== Problem to work on ==
Examine the entries and show every line in which the word "IFCSHAPEREPRESENTATION" is found.

== Given entries ==
-=-=-=-=-

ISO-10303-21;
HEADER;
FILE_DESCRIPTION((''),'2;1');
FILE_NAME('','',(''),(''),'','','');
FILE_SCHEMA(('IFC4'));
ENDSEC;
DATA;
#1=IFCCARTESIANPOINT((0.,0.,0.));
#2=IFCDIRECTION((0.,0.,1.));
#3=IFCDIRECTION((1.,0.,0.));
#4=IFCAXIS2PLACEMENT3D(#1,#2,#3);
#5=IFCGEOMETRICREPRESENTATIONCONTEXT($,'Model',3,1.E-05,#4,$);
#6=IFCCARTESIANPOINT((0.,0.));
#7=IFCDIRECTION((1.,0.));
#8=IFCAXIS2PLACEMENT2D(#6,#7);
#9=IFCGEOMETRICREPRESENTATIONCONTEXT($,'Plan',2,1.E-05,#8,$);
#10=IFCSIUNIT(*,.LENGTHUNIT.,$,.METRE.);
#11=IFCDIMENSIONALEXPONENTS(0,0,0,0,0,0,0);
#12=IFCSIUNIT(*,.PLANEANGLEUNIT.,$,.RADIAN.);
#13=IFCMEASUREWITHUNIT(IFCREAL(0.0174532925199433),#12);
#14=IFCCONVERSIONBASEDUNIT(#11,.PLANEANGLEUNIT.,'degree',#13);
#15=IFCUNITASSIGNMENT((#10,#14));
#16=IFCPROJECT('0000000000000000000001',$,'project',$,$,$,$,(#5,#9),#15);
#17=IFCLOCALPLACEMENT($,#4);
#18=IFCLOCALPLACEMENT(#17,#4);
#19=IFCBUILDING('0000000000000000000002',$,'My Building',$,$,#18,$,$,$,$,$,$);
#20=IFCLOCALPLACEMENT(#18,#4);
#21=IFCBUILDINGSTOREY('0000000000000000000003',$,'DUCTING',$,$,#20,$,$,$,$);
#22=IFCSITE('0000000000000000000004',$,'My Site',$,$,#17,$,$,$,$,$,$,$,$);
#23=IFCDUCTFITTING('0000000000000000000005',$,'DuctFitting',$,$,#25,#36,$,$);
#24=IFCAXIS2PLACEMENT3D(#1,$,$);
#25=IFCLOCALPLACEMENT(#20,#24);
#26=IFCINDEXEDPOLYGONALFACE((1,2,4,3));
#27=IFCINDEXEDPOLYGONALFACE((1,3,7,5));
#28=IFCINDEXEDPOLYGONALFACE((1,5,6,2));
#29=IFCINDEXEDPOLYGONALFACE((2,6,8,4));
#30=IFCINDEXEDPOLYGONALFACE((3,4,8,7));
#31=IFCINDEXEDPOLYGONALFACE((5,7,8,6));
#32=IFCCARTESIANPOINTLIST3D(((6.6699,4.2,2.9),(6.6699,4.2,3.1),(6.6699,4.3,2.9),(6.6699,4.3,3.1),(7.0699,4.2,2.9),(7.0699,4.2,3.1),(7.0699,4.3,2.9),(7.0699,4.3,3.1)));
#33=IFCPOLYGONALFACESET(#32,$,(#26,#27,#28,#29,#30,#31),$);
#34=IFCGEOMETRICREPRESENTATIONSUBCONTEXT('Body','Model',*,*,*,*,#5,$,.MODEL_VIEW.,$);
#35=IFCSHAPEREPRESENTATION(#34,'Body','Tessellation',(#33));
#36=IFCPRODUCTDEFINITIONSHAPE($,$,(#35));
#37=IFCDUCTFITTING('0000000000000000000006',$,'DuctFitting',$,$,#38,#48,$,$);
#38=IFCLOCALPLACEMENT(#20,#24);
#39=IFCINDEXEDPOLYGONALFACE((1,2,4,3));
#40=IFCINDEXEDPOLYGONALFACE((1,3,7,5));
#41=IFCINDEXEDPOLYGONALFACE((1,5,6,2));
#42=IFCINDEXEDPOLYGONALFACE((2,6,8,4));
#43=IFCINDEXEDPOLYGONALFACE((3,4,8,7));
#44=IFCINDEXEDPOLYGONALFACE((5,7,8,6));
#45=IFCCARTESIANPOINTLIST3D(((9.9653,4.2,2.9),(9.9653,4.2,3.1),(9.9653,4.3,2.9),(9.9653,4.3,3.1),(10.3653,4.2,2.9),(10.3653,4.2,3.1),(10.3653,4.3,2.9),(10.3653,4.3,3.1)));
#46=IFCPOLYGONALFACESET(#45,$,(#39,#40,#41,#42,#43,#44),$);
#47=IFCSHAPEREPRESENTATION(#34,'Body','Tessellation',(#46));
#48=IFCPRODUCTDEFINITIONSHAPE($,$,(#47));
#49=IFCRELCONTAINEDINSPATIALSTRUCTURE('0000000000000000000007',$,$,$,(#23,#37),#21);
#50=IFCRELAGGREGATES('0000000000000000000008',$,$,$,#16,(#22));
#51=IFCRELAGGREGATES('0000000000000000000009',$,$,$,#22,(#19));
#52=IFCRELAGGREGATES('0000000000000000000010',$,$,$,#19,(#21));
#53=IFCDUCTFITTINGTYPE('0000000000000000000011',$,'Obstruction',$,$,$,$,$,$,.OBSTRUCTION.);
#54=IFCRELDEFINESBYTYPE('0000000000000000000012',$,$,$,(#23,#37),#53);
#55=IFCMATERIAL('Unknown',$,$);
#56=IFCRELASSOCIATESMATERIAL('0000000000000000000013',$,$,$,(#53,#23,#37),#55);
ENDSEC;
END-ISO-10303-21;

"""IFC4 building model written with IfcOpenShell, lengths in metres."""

from ifc_helpers import new_model, entity, si_unit, converted_unit, frame, origin_with_axes, origin_2d_with_axis, place, context, subcontext, project, spatial, rectangle, extrude, material, material_profile, profile_set, profile_usage, type_object, element, save


model = new_model("IFC4")

# Units and contexts
model_context = context("Model", 3, precision=1e-05, world=origin_with_axes())
plan_context = context("Plan", 2, precision=1e-05, world=origin_2d_with_axis())
body_context = subcontext(model_context, "Body", "Model", "MODEL_VIEW")
ifc_project = project(units=[si_unit("LENGTHUNIT", "METRE"), converted_unit("PLANEANGLEUNIT", "degree", entity("IfcReal", 0.0174532925199433), si_unit("PLANEANGLEUNIT", "RADIAN"), dimensions=[0, 0, 0, 0, 0, 0, 0])], contexts=[model_context, plan_context])

# Site, building, storey
site_placement = place(None, origin_with_axes())
site = spatial("IfcSite", under=ifc_project, at=site_placement, Name="My Site")
building_placement = place(site_placement, origin_with_axes())
building = spatial("IfcBuilding", under=site, at=building_placement, Name="My Building")
storey_placement = place(building_placement, origin_with_axes())
storey = spatial("IfcBuildingStorey", under=building, at=storey_placement, Name="DUCTING")

# Shared definitions
ifc_material = material(Name="Unknown")

# Duct fittings
ifc_material_profile_1 = material_profile(ifc_material, rectangle(XDim=0.4, YDim=0.2))
ifc_profile_set_1 = profile_set([ifc_material_profile_1])
duct_fitting_type_1 = type_object("IfcDuctFittingType", Name="Obstruction", PredefinedType="OBSTRUCTION", material=ifc_profile_set_1)
ifc_profile_usage_1 = profile_usage(ifc_profile_set_1, cardinal=5)
duct_fitting_1_placement = place(storey_placement, frame((6.8699, 4.3, 3.0), z_axis=(0.0, -1.0, 0.0), x_axis=(1.0, 0.0, 0.0)))
element("IfcDuctFitting", 1, at=duct_fitting_1_placement, inside=storey, type_object=duct_fitting_type_1, material=ifc_profile_usage_1, Name="DuctFitting", context=body_context, shape_type="SweptSolid", body=[
    extrude(rectangle(XDim=0.4, YDim=0.2), origin_with_axes(), (0.0, 0.0, 1.0), 0.1),
])
ifc_profile_usage_2 = profile_usage(ifc_profile_set_1, cardinal=5)
duct_fitting_2_placement = place(storey_placement, frame((10.1653, 4.3, 3.0), z_axis=(0.0, -1.0, 0.0), x_axis=(1.0, 0.0, 0.0)))
element("IfcDuctFitting", 2, at=duct_fitting_2_placement, inside=storey, type_object=duct_fitting_type_1, material=ifc_profile_usage_2, Name="DuctFitting", context=body_context, shape_type="SweptSolid", body=[
    extrude(rectangle(XDim=0.4, YDim=0.2), origin_with_axes(), (0.0, 0.0, 1.0), 0.1),
])

save(model, "model.ifc")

-=-=-=-=-

== Answer box ==
#35=IFCSHAPEREPRESENTATION(#34,'Body','Tessellation',(#33));
#47=IFCSHAPEREPRESENTATION(#34,'Body','Tessellation',(#46));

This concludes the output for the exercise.